# Just remember



## BV77

Just remember, John McCain has served the US longer in a POW camp than Obama has in Congress.


----------



## frogman5

yeh nobama 

go mcain


----------



## COM

I must say that as much as I don't support McCain (Palin, total rubberstamp Bush-ite nowadays, etc.) he deserves an incredible amount of respect for his time as a POW. While it is unusual for someone who graduated last in his class from Annapolis to become a naval aviator (especially unusual if that man's father isn't an admiral), McCain was offered an early release but he refused it as it was unfair to the other prisoners. I don't think that many people would do that, and I do respect John McCain for his courage in that situation and I always will, no matter how cooky-Right he gets.


----------



## Chrispy

While he does need respect from us. He is certainly not the man to lead this country for another 4 years. I believe a move away from the white aristocrat is a good thing.


----------



## lohachata

there were many courageous POW's;thousands of them..that would not make them a good president.it is a far bigger picture than that.
the best that we can do is vote for the person the we feel is the best one for the job.
and pray that everything works out for the best for our country...


----------



## jones57742

COM said:


> While it is unusual for someone who graduated last in his class from Annapolis to become a naval aviator (especially unusual if that man's father isn't an admiral)


COM:

I have very much enjoyed you on this Forum and as such please do not get me wrong here but the concept of a "late bloomer" should not be foreign to you and I will control my ego here by not citing two specific details.




Chrispy said:


> While he does need respect from us. He is certainly not the man to lead this country for another 4 years. I believe a move away from the white aristocrat is a good thing.


Well good Ch:

I got one vote in 2012.

A West Texas ******* who says what he thinks and does what he believes to be right would really "shake up" the boys up there wouldn't it?

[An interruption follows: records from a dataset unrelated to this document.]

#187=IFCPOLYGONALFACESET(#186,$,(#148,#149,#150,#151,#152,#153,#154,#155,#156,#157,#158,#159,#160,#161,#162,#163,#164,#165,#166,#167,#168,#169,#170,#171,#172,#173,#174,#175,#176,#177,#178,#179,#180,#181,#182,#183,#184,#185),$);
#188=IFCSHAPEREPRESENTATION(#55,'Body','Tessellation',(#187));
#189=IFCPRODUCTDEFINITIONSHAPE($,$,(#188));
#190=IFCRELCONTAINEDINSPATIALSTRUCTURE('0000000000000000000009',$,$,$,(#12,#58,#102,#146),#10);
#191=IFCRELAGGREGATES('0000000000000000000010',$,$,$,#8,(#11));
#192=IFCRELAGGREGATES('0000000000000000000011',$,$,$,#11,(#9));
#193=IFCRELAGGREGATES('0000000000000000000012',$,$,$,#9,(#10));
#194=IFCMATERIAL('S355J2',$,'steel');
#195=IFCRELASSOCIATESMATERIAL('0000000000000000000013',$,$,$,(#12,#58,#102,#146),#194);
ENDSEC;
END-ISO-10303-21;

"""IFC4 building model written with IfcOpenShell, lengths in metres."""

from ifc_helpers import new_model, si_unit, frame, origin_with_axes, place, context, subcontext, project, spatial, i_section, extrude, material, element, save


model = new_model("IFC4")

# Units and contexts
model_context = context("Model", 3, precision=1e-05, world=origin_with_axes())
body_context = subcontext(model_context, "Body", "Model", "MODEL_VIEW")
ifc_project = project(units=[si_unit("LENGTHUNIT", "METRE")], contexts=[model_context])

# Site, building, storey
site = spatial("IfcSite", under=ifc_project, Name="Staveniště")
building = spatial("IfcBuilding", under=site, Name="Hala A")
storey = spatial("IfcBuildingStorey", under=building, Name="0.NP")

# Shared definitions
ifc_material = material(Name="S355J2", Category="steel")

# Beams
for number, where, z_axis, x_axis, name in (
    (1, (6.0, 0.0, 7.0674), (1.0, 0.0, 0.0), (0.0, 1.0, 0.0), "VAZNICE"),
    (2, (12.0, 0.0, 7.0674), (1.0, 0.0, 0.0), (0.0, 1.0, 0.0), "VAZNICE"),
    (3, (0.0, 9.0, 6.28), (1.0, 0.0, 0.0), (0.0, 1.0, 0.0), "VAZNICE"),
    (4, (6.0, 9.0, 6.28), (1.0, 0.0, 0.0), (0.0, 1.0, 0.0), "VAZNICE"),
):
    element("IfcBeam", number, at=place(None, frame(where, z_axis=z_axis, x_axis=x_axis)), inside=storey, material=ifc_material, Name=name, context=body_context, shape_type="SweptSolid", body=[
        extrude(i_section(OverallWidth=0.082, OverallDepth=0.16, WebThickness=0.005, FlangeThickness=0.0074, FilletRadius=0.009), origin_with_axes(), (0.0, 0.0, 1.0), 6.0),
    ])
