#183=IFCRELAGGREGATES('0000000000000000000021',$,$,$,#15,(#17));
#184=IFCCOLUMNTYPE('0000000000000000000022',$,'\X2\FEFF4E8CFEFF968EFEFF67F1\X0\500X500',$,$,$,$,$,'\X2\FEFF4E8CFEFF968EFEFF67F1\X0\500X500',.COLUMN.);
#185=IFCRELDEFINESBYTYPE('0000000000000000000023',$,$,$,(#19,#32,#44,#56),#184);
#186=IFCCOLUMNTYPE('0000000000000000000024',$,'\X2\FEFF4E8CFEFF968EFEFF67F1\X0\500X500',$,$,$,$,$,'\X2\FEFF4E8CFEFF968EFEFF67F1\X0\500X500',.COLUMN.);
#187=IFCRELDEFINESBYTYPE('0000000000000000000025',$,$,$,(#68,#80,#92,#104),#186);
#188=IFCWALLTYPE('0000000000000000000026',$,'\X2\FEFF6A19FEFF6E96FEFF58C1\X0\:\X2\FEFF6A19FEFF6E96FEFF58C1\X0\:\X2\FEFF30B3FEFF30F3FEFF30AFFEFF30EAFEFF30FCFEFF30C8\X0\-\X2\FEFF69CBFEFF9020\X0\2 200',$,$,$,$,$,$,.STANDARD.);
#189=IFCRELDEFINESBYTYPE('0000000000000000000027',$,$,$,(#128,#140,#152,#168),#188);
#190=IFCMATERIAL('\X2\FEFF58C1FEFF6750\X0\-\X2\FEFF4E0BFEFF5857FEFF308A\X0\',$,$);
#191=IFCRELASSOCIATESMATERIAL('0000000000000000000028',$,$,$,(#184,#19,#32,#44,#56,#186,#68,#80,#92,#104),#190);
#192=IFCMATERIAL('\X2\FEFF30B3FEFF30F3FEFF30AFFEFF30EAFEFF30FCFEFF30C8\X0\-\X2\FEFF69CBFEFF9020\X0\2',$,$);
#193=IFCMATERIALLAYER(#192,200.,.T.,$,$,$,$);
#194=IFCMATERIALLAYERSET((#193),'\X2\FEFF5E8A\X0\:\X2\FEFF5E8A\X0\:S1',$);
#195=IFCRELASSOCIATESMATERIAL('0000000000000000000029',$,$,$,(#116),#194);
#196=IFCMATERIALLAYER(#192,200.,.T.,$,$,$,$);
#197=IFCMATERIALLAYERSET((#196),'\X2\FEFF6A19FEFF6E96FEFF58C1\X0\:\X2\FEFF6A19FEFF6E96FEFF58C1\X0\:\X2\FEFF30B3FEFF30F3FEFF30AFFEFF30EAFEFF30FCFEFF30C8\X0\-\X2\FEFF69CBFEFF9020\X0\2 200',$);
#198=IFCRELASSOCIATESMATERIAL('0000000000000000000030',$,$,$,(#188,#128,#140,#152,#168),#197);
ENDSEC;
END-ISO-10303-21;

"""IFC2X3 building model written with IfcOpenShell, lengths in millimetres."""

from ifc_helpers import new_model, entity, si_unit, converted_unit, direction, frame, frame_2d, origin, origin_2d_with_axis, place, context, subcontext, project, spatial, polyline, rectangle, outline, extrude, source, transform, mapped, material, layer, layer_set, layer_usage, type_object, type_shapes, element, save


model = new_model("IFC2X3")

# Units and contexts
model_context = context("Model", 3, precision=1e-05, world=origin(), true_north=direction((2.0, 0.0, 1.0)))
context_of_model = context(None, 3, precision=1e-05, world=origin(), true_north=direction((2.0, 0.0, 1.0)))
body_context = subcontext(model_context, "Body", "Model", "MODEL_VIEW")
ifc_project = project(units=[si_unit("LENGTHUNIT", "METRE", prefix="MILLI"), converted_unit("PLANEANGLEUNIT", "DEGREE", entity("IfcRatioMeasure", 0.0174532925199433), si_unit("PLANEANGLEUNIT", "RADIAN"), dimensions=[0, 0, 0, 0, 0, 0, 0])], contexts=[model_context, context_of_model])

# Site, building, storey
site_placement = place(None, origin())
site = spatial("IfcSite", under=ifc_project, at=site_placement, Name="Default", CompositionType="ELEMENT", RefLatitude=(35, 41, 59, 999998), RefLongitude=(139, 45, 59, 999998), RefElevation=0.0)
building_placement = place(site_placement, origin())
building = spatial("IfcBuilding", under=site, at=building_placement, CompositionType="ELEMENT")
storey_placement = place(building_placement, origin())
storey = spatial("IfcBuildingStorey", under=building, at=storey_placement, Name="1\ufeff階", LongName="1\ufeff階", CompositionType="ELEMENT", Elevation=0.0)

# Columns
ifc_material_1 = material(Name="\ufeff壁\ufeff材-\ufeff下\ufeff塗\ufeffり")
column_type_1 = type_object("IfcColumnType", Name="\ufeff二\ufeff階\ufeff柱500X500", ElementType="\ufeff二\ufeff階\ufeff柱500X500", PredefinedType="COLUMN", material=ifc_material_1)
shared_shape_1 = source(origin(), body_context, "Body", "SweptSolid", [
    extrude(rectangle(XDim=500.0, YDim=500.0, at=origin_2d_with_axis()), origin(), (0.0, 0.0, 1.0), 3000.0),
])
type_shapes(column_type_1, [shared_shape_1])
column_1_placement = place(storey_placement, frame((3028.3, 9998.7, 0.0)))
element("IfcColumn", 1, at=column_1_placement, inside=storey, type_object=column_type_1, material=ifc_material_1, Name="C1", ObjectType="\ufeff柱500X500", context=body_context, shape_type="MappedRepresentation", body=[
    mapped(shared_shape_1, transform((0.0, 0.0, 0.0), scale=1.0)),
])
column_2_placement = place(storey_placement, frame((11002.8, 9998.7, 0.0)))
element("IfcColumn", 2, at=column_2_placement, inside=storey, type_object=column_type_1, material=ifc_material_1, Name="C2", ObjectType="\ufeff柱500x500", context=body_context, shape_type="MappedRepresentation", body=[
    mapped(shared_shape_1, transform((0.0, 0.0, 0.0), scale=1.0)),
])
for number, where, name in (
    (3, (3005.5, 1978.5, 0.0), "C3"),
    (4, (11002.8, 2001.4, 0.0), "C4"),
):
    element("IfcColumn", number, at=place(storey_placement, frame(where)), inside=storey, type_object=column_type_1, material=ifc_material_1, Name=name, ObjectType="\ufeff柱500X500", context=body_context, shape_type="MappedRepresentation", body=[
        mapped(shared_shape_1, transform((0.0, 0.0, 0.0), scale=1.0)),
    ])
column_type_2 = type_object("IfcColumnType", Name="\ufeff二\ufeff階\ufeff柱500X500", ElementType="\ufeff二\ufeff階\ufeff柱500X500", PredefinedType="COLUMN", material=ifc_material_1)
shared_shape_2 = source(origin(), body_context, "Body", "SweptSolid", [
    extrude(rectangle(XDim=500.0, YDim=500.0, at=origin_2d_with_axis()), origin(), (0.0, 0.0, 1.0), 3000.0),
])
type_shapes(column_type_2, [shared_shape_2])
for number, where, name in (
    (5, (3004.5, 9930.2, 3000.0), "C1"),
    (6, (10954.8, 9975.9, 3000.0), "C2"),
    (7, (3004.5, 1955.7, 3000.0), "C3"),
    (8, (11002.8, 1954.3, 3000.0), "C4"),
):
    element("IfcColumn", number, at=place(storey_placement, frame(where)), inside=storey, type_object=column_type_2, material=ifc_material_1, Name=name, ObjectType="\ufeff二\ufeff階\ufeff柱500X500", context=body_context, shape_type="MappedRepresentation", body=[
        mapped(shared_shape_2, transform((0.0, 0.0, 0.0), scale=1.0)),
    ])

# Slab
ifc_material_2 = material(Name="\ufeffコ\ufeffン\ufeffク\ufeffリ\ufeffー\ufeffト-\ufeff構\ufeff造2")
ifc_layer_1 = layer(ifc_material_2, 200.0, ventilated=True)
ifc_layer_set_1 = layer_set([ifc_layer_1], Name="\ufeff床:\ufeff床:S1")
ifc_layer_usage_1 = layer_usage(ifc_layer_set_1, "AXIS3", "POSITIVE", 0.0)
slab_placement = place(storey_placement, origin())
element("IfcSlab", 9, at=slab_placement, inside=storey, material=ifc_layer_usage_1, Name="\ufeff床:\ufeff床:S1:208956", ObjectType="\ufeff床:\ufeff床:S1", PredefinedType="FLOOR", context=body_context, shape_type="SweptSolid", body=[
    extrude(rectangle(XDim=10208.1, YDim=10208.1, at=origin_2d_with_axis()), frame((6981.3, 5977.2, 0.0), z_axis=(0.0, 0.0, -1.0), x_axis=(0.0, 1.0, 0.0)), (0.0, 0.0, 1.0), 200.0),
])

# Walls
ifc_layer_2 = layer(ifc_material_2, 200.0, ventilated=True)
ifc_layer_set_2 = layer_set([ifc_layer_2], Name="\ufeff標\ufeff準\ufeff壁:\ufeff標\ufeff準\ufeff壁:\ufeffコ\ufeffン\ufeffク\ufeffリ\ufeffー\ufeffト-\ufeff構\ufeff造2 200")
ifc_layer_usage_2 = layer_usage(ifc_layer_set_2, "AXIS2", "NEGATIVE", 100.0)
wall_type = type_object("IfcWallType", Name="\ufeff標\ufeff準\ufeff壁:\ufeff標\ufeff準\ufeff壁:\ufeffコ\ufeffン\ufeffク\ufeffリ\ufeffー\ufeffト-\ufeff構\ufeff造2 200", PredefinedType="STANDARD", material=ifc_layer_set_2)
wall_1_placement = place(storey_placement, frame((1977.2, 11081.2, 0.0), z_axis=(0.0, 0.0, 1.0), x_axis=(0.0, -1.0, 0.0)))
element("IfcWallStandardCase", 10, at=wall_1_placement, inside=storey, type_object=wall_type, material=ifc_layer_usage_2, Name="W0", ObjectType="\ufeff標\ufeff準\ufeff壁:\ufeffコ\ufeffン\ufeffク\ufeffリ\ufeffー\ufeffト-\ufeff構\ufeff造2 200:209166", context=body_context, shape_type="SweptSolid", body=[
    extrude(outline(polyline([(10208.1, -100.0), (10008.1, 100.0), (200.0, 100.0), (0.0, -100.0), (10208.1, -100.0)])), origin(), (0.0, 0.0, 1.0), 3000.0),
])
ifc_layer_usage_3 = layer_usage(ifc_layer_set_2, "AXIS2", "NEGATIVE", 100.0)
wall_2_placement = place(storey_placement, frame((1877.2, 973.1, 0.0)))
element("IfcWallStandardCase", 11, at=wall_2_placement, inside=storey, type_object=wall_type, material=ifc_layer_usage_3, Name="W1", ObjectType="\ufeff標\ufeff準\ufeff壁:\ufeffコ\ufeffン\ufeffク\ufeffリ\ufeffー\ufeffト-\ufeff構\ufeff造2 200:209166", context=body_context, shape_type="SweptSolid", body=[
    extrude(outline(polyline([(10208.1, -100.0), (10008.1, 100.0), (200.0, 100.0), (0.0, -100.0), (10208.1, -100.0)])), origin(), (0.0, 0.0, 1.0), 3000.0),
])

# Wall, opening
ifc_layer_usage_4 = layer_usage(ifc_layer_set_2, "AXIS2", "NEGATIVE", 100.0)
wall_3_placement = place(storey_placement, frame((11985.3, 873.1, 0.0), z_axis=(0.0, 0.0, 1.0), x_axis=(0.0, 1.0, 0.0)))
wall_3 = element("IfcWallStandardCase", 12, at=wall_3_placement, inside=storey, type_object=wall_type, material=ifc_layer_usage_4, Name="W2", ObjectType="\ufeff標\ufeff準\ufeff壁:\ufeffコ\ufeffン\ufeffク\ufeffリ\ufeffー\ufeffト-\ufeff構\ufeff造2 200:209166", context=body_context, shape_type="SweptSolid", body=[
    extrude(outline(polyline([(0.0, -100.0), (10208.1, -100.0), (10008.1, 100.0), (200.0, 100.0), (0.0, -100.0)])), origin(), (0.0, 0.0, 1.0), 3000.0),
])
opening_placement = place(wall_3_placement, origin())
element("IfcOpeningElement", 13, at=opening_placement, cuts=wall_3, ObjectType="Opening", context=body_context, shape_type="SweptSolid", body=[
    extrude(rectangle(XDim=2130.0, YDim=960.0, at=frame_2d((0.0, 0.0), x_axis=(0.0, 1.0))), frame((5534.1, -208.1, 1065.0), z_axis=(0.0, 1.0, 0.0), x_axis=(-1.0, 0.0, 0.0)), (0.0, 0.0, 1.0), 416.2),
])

Can you imagine the press when a question is asked and answered instead of five minutes of "qobledyqook" and no one in the national press has has the "quevos (sp)" to say "would you please just answer the question which I asked?"

Several domestic problems would exist after about three years because such a creature could not "get anything done" with the legislative branch the first two years prior to a grass roots upheaval.

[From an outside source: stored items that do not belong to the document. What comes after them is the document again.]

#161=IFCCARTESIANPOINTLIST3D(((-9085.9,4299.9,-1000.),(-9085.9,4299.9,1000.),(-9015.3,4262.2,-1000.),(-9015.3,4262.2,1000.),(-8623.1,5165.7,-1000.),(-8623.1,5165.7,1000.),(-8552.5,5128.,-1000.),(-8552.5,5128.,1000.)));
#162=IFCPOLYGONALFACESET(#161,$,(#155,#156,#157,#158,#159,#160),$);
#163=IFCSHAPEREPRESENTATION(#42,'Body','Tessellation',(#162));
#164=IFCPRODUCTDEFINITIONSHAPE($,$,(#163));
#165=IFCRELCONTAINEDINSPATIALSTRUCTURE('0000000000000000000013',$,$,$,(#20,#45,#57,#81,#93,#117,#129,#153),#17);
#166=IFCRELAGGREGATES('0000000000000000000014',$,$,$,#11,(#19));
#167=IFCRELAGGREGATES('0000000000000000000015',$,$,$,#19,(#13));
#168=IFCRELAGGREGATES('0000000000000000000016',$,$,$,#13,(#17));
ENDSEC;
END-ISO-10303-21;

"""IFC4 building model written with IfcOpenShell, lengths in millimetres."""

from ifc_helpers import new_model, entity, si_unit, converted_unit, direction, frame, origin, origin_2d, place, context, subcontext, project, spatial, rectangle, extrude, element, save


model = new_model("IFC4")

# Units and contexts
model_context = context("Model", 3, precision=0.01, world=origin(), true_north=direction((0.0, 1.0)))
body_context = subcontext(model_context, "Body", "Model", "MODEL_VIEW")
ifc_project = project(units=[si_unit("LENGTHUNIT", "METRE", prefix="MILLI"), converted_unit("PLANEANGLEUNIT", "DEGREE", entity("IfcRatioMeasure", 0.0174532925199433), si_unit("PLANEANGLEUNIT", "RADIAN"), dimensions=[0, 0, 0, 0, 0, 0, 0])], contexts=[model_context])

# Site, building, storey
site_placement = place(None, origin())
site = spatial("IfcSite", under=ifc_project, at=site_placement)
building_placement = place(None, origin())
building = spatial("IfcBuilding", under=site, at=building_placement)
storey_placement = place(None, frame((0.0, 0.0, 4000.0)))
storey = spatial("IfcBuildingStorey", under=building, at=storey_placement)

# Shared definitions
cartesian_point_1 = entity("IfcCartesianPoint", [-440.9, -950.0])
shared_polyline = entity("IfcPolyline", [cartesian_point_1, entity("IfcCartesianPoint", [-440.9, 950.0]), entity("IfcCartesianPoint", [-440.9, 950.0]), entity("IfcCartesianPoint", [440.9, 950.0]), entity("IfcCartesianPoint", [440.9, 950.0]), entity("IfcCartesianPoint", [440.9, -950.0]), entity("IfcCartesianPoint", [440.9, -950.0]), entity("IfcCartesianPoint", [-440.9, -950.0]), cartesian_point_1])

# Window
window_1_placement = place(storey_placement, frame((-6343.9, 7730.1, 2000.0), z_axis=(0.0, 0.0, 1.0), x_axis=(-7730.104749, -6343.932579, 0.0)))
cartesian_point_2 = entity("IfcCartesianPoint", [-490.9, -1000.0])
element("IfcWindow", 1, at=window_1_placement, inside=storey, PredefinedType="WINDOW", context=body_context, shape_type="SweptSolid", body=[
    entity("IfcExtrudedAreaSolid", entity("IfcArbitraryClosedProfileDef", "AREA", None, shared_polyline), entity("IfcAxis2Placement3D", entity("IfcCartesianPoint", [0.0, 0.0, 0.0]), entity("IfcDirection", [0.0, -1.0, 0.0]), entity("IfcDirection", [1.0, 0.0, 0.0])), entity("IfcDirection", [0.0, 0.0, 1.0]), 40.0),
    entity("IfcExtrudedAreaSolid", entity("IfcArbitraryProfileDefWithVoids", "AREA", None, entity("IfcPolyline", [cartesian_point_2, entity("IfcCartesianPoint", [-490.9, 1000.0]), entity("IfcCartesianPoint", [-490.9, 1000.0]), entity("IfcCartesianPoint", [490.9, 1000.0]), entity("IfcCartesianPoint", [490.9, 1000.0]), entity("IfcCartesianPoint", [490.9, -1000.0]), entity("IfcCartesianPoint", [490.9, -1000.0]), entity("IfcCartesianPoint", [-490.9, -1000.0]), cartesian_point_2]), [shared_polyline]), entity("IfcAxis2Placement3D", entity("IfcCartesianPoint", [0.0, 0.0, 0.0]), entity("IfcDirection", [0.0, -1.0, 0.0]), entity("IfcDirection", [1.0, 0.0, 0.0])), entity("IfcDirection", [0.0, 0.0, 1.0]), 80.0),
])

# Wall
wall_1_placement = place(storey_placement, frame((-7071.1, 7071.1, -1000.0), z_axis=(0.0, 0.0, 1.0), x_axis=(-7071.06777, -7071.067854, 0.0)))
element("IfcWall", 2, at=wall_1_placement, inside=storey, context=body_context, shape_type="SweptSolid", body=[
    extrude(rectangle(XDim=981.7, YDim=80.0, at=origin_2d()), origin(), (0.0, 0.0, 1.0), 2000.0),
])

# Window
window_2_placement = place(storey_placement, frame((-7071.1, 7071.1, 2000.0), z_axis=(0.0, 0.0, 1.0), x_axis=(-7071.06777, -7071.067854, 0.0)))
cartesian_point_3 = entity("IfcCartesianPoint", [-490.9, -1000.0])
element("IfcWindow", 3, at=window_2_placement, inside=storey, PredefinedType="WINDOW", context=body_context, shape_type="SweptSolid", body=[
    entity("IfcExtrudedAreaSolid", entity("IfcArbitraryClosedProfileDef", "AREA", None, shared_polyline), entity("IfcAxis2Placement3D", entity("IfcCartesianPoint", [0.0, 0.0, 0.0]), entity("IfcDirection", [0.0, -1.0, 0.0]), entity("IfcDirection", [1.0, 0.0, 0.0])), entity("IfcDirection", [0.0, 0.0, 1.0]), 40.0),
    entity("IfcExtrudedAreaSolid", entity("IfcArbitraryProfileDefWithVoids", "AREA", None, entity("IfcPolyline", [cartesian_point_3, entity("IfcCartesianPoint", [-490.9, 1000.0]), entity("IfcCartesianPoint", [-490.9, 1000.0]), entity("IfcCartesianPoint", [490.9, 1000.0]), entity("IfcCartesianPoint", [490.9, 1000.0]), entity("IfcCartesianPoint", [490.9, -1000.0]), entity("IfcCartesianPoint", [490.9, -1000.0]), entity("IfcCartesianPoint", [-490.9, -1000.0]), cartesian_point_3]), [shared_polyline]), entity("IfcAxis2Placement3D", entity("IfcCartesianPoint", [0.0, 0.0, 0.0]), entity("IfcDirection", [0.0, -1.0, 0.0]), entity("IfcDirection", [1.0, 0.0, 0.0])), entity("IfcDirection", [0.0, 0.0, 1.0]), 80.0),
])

The principal ones would be:

Interest rates being 0.5% due to deflation due to folks who have have historically being unjustly on welfare being out there working and being productive as well as the productivity rate of a US citizen tripling that of an average citizen of any other nation.

The problem being the retired folks who have worked hard all of their lives and accumulated significant wealth but have this wealth in forms of fairly liquid cash as they were anticipating that that annual average inflation rate of 3% would continue indefinitely.

BTW: the principals of the fiduciaries who got us into this current mess through fraud, theft, or greed would not be participants in this revolution as they would be enjoying 3 hots and a cot in a Federal Pen (not one with a golf course but one with the big fellers who lift weights twice a day).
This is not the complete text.